# Exercise requirements:
Filter the entries down to the lines holding "RelatedObjects", then copy those lines.

# Entries supplied:
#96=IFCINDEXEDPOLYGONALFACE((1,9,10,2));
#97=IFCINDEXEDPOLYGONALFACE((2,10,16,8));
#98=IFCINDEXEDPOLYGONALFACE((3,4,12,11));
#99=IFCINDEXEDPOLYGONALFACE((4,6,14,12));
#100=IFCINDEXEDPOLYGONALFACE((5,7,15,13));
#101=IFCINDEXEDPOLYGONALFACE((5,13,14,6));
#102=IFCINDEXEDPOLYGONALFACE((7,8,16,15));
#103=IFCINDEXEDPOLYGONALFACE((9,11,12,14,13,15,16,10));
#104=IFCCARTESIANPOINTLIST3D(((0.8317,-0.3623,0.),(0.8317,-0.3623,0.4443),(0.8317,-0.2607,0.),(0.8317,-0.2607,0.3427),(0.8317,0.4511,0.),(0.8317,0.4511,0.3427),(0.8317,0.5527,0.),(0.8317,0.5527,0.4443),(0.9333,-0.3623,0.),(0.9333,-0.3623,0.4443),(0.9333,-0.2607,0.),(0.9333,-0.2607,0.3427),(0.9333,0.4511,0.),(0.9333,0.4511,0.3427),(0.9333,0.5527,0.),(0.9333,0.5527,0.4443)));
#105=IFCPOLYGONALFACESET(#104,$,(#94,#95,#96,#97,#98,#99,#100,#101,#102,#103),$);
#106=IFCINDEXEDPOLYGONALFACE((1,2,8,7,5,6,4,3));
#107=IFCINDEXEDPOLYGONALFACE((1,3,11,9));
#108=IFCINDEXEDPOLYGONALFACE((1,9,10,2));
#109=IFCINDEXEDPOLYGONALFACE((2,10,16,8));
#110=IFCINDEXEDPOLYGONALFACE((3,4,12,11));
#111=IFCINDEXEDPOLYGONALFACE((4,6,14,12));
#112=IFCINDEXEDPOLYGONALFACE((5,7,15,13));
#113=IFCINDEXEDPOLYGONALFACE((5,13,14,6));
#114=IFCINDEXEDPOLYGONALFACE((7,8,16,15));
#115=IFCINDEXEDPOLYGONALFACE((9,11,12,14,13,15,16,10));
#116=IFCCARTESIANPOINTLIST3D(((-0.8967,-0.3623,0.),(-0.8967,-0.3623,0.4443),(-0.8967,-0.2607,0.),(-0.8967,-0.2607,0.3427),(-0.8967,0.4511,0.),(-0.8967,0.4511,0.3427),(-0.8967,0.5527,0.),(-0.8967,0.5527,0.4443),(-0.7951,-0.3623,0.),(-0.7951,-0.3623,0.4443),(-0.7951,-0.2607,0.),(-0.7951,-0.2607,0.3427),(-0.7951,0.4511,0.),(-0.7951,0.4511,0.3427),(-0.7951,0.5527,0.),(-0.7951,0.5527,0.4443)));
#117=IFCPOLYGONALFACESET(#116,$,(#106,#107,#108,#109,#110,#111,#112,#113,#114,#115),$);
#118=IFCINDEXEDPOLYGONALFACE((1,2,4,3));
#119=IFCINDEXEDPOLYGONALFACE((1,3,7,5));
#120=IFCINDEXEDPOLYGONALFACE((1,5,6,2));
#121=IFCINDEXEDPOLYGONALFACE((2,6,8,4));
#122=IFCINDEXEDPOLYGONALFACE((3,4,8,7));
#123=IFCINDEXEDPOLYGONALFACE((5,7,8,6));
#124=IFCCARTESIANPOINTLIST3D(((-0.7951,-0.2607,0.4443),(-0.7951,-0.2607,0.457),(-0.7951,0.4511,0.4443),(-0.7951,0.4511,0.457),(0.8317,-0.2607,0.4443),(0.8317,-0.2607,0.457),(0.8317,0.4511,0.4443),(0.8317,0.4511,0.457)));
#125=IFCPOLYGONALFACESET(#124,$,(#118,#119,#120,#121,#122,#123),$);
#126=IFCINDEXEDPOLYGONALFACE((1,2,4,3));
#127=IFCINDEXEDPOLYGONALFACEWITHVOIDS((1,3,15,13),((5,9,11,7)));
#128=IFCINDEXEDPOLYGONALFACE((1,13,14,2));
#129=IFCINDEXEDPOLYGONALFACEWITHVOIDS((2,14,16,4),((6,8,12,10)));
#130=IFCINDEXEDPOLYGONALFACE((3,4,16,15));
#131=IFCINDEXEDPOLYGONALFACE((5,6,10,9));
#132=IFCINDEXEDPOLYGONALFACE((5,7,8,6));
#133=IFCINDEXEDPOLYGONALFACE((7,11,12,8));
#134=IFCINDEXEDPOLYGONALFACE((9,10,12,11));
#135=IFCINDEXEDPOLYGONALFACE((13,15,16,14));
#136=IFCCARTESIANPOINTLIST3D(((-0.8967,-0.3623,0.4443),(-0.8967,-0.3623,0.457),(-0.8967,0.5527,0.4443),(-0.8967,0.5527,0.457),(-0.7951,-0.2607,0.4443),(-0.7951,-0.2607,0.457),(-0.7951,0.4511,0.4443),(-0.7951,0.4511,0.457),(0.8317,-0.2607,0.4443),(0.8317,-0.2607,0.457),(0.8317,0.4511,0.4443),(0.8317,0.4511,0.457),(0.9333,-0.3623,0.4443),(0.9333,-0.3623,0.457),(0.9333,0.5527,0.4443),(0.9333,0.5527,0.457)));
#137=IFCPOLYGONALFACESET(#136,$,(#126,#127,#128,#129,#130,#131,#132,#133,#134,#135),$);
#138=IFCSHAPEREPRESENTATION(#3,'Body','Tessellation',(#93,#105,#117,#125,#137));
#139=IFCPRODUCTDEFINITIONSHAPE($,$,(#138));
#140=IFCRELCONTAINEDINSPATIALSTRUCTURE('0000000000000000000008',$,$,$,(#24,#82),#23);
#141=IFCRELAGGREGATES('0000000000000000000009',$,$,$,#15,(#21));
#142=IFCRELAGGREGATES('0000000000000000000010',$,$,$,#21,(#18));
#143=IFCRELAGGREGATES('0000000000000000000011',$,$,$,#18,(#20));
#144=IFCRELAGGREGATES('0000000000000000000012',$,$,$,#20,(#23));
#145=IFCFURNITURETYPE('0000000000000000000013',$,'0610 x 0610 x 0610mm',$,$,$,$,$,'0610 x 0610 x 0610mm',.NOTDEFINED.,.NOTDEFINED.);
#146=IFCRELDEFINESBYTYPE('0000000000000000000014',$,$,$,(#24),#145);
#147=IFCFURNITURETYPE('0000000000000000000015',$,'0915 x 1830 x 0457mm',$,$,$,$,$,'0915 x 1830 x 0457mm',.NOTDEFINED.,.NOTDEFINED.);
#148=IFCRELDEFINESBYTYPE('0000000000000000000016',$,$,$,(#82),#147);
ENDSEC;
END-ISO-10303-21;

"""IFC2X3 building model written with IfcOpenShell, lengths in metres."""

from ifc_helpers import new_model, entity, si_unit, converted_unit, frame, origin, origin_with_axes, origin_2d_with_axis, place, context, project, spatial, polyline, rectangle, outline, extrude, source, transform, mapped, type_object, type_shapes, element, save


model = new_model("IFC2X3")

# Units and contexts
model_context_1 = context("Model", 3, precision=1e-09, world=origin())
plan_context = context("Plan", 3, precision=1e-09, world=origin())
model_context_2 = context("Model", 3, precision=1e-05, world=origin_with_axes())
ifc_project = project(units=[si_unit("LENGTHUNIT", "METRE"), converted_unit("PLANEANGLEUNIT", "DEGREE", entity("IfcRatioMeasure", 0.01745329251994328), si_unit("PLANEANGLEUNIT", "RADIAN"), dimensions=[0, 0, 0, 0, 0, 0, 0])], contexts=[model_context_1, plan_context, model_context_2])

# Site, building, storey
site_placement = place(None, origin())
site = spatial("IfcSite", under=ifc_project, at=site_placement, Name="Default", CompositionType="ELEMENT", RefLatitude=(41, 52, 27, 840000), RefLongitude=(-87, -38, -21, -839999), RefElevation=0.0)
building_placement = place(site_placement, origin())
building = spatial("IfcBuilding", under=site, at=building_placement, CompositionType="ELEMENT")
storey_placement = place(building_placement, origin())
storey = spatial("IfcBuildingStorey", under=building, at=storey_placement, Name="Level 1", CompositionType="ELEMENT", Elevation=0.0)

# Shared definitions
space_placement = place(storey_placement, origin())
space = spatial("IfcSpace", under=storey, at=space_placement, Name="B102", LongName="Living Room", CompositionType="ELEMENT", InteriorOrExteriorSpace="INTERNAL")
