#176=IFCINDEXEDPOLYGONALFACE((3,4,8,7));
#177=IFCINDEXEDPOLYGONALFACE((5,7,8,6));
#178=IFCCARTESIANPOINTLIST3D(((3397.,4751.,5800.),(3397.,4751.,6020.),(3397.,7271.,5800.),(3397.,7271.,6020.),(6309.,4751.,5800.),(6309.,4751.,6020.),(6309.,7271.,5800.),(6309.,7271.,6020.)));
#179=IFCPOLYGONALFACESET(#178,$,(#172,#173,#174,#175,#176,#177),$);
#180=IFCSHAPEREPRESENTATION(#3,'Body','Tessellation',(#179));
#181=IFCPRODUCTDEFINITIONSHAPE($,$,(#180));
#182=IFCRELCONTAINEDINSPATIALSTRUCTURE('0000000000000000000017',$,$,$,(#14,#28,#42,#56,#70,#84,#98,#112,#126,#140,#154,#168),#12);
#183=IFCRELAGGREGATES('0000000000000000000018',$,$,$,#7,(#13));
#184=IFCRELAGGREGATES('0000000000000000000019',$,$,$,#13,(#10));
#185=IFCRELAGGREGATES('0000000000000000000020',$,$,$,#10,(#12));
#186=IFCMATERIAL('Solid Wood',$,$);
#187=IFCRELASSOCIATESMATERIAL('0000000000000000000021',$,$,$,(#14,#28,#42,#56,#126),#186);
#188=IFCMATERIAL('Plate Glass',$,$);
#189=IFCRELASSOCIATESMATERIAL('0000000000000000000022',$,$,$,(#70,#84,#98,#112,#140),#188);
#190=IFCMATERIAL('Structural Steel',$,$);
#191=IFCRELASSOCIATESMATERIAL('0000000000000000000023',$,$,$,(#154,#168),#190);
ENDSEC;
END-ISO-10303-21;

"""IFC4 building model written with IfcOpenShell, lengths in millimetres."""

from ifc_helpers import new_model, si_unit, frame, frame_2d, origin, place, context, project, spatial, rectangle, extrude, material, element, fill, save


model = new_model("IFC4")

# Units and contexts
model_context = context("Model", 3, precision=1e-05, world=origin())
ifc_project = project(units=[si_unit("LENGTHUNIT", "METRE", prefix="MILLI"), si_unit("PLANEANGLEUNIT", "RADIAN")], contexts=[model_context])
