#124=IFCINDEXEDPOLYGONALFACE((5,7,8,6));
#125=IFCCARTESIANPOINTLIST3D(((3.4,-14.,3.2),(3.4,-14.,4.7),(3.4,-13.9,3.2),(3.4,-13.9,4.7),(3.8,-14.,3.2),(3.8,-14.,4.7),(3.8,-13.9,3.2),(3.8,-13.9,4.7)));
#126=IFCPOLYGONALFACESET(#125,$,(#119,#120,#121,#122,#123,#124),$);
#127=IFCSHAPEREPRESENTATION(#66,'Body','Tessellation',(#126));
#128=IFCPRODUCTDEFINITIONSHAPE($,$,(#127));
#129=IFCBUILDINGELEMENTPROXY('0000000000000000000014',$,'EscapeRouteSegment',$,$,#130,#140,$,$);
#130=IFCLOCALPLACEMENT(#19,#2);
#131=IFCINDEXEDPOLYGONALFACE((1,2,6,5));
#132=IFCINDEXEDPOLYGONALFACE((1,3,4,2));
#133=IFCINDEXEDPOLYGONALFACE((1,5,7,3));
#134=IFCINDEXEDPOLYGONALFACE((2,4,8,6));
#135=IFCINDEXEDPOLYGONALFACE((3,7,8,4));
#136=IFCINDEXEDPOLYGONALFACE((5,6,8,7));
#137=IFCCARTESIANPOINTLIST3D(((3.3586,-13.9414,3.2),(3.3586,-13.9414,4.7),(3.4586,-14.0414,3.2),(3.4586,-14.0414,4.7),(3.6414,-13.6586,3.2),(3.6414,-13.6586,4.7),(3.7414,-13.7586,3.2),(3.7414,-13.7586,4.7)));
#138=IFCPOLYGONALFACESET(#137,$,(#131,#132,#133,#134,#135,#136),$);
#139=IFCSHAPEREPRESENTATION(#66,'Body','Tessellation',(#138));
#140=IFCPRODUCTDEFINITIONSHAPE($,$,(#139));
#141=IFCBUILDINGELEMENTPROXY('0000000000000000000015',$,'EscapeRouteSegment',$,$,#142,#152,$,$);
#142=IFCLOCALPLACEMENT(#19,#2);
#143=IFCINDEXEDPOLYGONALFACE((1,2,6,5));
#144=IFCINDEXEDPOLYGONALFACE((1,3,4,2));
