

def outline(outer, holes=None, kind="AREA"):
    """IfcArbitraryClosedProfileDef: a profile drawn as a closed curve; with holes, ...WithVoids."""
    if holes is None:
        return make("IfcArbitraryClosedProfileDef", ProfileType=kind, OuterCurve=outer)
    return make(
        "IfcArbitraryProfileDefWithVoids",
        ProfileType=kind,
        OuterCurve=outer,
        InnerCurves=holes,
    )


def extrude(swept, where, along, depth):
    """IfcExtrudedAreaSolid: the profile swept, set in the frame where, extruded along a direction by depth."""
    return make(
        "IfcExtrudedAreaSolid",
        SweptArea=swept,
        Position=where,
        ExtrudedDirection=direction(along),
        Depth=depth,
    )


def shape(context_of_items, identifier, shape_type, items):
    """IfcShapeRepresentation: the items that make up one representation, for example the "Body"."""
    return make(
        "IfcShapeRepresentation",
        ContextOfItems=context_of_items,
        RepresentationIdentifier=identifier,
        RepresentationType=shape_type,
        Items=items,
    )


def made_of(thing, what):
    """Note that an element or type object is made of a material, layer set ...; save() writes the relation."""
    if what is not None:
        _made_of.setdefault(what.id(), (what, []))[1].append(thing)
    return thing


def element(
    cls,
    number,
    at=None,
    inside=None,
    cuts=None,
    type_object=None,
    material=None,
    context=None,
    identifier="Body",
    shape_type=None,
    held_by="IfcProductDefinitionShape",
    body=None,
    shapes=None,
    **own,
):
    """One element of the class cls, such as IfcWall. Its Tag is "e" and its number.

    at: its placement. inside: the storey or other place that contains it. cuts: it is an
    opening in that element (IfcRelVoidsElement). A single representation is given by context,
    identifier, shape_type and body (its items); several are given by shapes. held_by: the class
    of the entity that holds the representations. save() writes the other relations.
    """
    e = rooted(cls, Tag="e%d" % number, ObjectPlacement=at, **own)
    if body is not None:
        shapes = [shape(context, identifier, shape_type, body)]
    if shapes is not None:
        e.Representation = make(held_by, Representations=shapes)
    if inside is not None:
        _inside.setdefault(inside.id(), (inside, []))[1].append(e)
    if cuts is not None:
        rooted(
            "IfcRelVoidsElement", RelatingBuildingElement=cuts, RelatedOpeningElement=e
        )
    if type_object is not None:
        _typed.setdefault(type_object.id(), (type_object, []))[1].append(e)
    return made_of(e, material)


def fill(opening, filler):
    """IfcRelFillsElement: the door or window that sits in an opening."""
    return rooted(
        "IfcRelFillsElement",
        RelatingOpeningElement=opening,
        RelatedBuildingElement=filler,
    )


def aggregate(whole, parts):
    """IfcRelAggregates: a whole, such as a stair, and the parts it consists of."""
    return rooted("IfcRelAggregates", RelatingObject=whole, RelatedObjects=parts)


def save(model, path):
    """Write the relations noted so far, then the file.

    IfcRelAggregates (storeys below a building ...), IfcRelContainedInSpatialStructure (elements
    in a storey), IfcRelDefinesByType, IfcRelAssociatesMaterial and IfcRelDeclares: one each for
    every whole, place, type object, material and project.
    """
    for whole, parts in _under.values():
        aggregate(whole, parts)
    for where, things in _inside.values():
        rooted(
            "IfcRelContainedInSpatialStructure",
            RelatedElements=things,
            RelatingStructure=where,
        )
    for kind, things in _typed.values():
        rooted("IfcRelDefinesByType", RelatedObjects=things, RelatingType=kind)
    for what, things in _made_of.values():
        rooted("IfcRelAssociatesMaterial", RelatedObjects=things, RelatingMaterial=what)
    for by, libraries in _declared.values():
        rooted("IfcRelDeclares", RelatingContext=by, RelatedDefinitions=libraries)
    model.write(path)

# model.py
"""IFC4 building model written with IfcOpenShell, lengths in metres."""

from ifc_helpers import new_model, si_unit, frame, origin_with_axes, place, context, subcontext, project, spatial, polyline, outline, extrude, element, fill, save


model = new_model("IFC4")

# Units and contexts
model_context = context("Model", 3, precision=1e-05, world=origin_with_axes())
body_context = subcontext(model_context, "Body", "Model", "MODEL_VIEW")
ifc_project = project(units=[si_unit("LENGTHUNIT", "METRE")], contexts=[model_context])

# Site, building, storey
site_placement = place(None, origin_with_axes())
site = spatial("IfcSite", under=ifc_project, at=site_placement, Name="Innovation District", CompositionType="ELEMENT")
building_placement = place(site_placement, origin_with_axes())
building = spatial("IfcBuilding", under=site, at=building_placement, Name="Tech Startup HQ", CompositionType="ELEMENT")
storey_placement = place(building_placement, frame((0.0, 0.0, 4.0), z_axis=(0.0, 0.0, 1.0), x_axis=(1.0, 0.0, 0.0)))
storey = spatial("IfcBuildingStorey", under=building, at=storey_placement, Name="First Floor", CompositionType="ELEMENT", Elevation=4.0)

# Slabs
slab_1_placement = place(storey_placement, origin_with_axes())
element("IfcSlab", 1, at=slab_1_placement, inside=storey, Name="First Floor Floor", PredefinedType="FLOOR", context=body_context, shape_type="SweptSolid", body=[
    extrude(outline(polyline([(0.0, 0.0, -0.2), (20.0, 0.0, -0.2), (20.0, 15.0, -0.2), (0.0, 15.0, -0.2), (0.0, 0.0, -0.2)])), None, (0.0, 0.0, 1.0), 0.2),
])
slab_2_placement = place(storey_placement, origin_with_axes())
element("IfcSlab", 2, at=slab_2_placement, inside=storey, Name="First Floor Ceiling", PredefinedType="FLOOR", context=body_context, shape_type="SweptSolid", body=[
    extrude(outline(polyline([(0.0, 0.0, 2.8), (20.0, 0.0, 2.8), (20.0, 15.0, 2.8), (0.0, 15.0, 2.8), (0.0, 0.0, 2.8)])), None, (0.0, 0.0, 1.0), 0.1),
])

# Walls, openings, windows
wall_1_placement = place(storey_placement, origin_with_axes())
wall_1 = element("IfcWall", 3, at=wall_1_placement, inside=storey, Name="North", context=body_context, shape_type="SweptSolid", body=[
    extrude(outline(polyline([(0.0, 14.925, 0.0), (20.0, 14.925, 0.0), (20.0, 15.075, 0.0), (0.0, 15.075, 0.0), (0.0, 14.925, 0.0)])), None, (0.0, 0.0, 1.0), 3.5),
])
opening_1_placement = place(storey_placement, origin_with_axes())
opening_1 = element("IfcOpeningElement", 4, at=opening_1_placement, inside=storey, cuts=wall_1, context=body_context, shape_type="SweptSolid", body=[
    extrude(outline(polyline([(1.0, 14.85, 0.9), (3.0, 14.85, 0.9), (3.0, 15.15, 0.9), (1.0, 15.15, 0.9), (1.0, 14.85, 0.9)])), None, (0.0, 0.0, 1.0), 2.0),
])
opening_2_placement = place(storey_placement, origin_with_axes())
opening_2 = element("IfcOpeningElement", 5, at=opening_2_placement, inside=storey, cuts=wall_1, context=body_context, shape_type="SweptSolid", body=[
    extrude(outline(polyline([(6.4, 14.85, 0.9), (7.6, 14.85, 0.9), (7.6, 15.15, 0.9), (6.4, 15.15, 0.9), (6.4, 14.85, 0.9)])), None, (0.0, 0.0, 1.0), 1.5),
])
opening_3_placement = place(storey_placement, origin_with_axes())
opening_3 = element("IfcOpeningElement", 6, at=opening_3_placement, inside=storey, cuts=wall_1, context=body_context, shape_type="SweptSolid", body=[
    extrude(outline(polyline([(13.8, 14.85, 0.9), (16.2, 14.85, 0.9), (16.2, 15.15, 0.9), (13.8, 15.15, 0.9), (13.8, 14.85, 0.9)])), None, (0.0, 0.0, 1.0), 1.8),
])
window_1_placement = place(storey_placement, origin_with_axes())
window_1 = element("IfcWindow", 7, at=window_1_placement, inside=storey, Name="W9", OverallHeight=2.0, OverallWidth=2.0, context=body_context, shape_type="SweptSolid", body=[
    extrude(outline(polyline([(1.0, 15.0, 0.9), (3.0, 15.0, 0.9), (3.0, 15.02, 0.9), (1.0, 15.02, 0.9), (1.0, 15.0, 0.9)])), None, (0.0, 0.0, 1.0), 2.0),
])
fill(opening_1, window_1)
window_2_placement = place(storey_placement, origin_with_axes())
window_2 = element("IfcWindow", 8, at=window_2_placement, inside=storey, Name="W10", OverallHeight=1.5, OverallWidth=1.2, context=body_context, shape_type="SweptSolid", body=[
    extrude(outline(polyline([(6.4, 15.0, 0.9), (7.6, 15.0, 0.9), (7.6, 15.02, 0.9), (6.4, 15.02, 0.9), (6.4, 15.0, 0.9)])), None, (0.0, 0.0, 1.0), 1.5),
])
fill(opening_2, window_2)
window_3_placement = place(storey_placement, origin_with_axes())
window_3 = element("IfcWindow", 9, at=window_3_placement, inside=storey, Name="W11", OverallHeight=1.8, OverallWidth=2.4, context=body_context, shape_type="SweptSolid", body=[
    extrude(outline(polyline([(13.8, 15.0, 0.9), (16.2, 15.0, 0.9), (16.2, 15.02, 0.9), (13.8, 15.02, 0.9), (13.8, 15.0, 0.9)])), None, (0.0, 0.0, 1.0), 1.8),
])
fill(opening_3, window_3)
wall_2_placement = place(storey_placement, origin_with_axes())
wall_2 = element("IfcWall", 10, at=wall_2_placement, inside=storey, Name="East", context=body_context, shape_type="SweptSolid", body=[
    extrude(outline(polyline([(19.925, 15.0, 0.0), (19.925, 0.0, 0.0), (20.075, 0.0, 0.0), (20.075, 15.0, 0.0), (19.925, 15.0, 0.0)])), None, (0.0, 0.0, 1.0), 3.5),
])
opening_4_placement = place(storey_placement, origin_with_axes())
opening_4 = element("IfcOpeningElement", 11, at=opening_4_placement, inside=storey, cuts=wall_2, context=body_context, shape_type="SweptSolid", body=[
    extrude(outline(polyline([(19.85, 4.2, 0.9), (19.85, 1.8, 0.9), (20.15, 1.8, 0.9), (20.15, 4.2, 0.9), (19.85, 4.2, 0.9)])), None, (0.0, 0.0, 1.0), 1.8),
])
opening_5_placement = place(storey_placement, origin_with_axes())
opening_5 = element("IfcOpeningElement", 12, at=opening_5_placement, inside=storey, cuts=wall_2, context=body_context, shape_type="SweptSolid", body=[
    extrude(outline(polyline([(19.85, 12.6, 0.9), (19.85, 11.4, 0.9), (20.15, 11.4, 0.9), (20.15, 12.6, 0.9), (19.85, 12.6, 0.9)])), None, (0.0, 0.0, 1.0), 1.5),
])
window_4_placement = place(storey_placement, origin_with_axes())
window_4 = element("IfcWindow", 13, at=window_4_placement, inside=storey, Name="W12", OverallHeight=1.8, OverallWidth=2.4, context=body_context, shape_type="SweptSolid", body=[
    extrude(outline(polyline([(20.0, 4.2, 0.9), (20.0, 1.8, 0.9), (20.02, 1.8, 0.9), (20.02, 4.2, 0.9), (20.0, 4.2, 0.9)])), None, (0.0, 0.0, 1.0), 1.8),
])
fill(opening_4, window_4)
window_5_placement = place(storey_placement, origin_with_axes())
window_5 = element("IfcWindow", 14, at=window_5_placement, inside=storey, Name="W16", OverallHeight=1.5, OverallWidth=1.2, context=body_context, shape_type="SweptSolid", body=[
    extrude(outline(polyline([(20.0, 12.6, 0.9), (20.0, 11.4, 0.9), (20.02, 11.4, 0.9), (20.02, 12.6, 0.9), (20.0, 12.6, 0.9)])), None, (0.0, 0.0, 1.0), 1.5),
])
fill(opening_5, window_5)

# Answer for the task:
    return rooted("IfcRelAggregates", RelatingObject=whole, RelatedObjects=parts)
        rooted("IfcRelDefinesByType", RelatedObjects=things, RelatingType=kind)
        rooted("IfcRelAssociatesMaterial", RelatedObjects=things, RelatingMaterial=what)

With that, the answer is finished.